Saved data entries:

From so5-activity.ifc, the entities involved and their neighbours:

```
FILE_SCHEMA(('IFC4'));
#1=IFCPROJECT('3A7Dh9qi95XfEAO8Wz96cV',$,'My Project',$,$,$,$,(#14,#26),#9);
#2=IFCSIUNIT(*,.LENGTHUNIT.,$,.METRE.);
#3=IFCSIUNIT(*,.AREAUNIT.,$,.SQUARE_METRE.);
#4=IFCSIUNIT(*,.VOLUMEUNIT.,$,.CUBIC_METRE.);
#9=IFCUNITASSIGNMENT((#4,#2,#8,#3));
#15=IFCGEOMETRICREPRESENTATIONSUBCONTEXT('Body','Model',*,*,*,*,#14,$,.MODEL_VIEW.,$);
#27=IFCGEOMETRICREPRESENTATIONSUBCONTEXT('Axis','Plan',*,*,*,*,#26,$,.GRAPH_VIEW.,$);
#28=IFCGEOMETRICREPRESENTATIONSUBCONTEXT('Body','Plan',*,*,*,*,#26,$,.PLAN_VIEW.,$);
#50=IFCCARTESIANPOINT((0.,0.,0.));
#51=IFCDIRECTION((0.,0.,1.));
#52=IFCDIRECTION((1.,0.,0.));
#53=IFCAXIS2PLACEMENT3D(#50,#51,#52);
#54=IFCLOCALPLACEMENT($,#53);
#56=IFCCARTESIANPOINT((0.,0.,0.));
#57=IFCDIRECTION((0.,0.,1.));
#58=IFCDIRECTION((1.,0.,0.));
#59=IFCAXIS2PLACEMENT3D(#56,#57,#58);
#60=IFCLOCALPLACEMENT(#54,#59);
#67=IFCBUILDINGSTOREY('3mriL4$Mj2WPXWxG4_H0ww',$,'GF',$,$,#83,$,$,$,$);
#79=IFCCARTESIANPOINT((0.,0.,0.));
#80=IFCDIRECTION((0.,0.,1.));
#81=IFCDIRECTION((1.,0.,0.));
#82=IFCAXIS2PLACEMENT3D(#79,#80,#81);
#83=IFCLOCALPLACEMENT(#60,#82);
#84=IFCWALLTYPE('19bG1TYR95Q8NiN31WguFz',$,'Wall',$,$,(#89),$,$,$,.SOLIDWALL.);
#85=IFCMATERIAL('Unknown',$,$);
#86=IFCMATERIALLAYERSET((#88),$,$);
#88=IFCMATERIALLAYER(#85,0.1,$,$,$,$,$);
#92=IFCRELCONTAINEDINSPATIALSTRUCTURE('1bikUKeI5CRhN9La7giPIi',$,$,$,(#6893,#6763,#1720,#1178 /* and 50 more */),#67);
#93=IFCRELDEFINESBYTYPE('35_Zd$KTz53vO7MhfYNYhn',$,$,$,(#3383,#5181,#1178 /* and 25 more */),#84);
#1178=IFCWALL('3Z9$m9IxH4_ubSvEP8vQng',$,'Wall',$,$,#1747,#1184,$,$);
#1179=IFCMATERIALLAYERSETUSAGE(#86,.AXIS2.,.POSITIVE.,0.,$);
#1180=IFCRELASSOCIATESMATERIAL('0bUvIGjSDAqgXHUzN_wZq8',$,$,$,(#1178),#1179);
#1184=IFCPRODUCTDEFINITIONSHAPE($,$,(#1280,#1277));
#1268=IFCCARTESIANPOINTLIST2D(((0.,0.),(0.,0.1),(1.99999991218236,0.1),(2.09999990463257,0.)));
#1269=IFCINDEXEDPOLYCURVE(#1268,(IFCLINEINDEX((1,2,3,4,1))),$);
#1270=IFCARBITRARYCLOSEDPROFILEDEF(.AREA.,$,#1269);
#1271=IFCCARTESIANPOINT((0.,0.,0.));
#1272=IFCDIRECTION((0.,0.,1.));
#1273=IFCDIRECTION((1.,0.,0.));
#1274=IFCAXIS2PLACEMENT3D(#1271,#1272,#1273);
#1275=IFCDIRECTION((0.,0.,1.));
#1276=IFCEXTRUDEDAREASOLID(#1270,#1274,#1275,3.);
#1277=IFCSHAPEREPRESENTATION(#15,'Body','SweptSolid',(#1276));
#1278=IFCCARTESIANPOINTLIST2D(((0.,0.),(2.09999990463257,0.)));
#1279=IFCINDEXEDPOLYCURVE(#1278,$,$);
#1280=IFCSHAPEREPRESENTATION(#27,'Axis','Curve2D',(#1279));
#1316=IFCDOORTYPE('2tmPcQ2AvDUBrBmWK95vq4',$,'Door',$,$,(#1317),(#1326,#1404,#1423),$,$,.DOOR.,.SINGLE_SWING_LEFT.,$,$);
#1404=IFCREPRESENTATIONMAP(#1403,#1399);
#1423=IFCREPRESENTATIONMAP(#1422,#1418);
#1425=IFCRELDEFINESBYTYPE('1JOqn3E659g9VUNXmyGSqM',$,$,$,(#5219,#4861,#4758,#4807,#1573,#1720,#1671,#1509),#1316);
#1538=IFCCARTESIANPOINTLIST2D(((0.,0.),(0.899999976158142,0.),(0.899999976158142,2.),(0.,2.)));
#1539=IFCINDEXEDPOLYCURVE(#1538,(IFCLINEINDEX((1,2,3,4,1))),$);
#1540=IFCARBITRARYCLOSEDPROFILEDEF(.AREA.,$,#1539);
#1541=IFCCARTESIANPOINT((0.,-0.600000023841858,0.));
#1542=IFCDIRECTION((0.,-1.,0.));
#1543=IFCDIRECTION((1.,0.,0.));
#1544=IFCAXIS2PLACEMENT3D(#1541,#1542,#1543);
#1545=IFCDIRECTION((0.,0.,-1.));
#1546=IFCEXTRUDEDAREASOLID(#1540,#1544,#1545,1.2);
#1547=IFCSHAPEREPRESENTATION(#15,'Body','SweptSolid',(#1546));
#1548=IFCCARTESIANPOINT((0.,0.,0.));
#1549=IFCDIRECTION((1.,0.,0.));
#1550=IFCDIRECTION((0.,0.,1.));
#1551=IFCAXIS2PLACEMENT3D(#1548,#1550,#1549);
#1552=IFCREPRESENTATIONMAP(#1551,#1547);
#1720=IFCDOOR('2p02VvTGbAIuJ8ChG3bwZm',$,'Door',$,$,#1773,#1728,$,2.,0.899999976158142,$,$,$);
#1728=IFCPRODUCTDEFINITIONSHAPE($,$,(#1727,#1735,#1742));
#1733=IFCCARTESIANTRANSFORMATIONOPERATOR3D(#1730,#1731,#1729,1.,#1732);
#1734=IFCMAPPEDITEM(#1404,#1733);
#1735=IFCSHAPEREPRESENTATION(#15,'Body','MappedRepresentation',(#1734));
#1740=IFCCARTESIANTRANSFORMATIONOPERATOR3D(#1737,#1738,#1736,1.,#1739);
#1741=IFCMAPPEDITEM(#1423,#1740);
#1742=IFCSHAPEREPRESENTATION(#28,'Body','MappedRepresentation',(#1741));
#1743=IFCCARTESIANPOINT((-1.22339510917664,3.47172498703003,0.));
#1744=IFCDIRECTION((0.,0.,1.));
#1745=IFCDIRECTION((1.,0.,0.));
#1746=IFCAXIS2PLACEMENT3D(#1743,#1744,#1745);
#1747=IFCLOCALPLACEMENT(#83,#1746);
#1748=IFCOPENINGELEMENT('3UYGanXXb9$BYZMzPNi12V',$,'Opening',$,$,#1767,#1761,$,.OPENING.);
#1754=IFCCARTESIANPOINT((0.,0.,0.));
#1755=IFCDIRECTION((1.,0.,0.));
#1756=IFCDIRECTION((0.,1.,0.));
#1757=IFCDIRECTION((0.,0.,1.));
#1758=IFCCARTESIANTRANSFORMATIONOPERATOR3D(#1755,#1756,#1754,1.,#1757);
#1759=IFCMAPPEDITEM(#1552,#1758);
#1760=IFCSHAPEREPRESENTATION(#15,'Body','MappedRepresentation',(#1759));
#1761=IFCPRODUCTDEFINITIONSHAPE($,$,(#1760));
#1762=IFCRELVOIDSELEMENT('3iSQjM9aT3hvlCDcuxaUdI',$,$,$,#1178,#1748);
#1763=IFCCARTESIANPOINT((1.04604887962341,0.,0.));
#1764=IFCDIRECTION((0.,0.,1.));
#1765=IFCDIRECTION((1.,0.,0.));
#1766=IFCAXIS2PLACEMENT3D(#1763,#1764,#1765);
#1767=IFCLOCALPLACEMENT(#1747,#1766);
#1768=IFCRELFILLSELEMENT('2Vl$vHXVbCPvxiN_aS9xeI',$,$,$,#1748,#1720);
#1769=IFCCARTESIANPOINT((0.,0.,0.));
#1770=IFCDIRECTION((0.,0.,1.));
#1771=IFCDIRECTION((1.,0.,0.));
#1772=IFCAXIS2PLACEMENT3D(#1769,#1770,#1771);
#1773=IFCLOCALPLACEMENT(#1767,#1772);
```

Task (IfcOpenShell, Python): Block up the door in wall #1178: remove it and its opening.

```python
import ifcopenshell
import ifcopenshell.api.feature
import ifcopenshell.api.root
import ifcopenshell.geom
import ifcopenshell.util.shape

model = ifcopenshell.open("so5-activity.ifc")
settings = ifcopenshell.geom.settings()


def volume(element):
    """Net volume in cubic metres, openings subtracted."""
    shape = ifcopenshell.geom.create_shape(settings, element)
    return ifcopenshell.util.shape.get_volume(shape.geometry)


door = model.by_guid("2p02VvTGbAIuJ8ChG3bwZm")
opening = door.FillsVoids[0].RelatingOpeningElement
wall = opening.VoidsElements[0].RelatingBuildingElement
before = volume(wall)

ifcopenshell.api.root.remove_product(model, product=door)
ifcopenshell.api.feature.remove_feature(model, feature=opening)

after = volume(wall)

print(f"wall volume {before:.3f} -> {after:.3f} m3")

model.write("so5-activity_rev.ifc")
```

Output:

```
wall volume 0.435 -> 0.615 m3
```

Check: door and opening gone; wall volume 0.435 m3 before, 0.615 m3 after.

- _Goal of the exercise_
Scan the records above for the word "IFCGEOMETRICREPRESENTATIONSUBCONTEXT" and return every line where it occurs.

- _Written response_
#15=IFCGEOMETRICREPRESENTATIONSUBCONTEXT('Body','Model',*,*,*,*,#14,$,.MODEL_VIEW.,$);
#27=IFCGEOMETRICREPRESENTATIONSUBCONTEXT('Axis','Plan',*,*,*,*,#26,$,.GRAPH_VIEW.,$);
#28=IFCGEOMETRICREPRESENTATIONSUBCONTEXT('Body','Plan',*,*,*,*,#26,$,.PLAN_VIEW.,$);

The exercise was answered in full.